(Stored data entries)
=-=-=

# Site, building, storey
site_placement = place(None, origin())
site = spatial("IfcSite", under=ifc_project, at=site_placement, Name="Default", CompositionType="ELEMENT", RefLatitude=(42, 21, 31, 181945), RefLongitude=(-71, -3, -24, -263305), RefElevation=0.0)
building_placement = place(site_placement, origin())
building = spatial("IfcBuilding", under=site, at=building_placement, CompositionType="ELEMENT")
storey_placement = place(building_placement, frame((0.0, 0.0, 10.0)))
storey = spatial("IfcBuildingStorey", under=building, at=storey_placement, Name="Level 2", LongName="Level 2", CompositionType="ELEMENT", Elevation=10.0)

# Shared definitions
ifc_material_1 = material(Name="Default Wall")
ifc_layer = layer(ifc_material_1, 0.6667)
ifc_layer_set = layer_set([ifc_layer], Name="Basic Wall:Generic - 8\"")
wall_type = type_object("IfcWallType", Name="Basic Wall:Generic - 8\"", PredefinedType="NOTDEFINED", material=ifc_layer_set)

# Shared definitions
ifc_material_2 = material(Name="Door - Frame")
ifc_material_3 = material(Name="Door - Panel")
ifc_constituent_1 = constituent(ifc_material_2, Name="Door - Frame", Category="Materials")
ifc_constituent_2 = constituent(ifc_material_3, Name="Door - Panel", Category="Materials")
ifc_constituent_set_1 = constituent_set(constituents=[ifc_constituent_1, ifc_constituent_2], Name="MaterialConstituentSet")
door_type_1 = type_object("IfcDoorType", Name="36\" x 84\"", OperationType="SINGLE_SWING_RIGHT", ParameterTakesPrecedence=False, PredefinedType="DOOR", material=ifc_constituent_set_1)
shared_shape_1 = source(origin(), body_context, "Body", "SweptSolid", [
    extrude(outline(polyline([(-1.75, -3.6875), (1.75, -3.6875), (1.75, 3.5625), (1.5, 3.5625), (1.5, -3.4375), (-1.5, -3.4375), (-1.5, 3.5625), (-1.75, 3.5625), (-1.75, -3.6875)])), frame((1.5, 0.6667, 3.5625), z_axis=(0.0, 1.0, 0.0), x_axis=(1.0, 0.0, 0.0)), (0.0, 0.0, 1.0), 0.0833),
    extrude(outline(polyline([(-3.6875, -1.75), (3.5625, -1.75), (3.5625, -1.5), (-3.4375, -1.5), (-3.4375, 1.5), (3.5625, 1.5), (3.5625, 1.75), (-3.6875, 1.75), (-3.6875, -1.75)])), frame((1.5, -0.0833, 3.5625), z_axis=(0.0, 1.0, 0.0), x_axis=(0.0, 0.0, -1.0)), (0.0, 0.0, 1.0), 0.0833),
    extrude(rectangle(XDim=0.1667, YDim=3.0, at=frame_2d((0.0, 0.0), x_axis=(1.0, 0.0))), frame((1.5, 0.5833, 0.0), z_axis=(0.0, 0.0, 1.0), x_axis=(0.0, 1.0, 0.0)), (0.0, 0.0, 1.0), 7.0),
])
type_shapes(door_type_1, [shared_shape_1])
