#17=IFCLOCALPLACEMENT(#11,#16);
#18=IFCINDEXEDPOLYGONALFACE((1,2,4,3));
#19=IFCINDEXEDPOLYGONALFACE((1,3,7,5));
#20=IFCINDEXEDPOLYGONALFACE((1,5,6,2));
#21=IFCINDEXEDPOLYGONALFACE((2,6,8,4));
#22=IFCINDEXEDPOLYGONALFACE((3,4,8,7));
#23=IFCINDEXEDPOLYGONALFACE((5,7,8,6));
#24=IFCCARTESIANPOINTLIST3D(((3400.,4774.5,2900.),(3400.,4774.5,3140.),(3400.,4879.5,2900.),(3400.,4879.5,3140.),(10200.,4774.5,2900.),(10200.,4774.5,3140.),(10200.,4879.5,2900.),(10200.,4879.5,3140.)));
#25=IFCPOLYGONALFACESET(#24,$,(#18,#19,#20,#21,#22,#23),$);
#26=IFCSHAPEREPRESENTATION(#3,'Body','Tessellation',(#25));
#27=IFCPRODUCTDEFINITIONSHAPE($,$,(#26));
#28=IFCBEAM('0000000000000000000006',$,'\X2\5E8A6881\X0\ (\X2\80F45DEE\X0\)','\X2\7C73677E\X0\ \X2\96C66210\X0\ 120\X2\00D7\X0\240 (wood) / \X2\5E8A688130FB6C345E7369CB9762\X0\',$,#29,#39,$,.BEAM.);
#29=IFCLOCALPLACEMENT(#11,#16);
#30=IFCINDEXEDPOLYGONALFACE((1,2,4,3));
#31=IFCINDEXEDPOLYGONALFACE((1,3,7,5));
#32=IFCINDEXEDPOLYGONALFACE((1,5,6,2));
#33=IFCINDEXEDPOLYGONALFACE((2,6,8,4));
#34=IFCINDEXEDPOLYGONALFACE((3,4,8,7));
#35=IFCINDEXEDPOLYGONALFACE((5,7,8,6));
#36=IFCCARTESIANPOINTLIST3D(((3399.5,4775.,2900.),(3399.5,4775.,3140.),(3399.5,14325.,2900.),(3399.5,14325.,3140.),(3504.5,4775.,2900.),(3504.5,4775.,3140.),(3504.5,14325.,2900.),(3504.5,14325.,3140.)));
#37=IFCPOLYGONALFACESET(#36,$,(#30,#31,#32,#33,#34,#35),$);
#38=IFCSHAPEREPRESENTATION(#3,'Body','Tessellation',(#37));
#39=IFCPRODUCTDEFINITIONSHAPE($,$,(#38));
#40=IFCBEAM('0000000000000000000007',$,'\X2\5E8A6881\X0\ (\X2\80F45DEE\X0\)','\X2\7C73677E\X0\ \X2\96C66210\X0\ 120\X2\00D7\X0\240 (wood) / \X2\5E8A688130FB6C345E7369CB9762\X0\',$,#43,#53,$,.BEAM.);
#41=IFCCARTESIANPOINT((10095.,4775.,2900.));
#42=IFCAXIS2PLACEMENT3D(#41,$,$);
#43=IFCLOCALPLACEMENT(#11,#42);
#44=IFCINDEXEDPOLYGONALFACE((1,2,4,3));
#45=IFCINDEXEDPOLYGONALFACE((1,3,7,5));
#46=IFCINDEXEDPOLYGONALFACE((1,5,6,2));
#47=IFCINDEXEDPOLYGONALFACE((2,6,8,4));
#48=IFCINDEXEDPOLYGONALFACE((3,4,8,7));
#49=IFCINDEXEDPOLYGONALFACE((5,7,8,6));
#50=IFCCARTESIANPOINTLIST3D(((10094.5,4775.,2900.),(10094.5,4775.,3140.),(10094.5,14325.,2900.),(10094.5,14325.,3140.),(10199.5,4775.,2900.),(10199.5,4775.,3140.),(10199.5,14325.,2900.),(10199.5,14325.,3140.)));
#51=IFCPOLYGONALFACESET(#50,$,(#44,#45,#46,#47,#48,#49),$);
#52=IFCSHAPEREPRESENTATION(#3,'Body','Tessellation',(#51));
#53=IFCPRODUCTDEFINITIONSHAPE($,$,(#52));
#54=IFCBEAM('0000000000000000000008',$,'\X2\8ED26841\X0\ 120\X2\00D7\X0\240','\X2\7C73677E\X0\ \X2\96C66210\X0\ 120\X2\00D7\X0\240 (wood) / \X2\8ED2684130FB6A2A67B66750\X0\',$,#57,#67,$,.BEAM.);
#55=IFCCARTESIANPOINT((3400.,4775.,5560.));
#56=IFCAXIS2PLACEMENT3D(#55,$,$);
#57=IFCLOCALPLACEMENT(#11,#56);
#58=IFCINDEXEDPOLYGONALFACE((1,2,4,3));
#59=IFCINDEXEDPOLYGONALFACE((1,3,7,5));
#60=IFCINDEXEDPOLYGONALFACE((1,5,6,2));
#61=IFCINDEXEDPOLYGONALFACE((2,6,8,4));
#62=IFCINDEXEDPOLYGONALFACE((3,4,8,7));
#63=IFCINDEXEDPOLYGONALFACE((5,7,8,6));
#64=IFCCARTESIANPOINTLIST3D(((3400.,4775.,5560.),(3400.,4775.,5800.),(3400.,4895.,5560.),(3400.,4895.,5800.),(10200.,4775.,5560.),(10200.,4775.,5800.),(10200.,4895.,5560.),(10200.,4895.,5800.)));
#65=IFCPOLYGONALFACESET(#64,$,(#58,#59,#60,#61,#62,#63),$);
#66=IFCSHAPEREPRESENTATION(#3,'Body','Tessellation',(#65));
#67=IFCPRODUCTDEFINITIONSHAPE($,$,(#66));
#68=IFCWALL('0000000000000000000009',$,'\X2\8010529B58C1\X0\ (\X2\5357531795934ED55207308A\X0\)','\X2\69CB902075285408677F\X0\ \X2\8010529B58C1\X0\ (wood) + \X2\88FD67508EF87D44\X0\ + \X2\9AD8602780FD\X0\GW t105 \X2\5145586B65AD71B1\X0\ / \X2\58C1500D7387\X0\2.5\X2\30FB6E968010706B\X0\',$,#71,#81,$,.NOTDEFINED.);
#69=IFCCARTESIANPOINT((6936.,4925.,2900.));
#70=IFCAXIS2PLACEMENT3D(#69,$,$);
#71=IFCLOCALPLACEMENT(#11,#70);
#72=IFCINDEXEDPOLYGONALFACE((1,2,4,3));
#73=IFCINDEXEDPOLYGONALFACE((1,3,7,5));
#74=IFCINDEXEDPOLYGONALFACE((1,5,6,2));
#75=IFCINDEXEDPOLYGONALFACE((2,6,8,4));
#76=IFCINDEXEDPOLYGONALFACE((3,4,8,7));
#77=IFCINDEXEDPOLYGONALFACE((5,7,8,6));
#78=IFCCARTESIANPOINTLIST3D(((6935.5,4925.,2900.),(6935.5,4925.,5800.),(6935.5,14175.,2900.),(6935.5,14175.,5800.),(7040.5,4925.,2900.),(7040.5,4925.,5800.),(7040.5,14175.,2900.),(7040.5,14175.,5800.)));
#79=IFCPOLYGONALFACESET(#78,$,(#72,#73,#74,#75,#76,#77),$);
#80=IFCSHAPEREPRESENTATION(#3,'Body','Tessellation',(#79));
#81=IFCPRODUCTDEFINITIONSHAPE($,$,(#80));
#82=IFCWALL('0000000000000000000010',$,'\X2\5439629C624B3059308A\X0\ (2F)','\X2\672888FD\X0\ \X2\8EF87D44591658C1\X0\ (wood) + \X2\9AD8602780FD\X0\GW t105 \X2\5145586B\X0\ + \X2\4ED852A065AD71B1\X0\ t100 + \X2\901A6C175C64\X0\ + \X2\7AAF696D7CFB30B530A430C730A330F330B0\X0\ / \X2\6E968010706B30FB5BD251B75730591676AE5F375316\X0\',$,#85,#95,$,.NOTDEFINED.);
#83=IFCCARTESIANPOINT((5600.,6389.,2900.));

=-=-=

● What the exercise asks
All lines above containing the string "Generic" are to be collected.

● Response to this task
ifc_layer_set = layer_set([ifc_layer], Name="Basic Wall:Generic - 8\"")
wall_type = type_object("IfcWallType", Name="Basic Wall:Generic - 8\"", PredefinedType="NOTDEFINED", material=ifc_layer_set)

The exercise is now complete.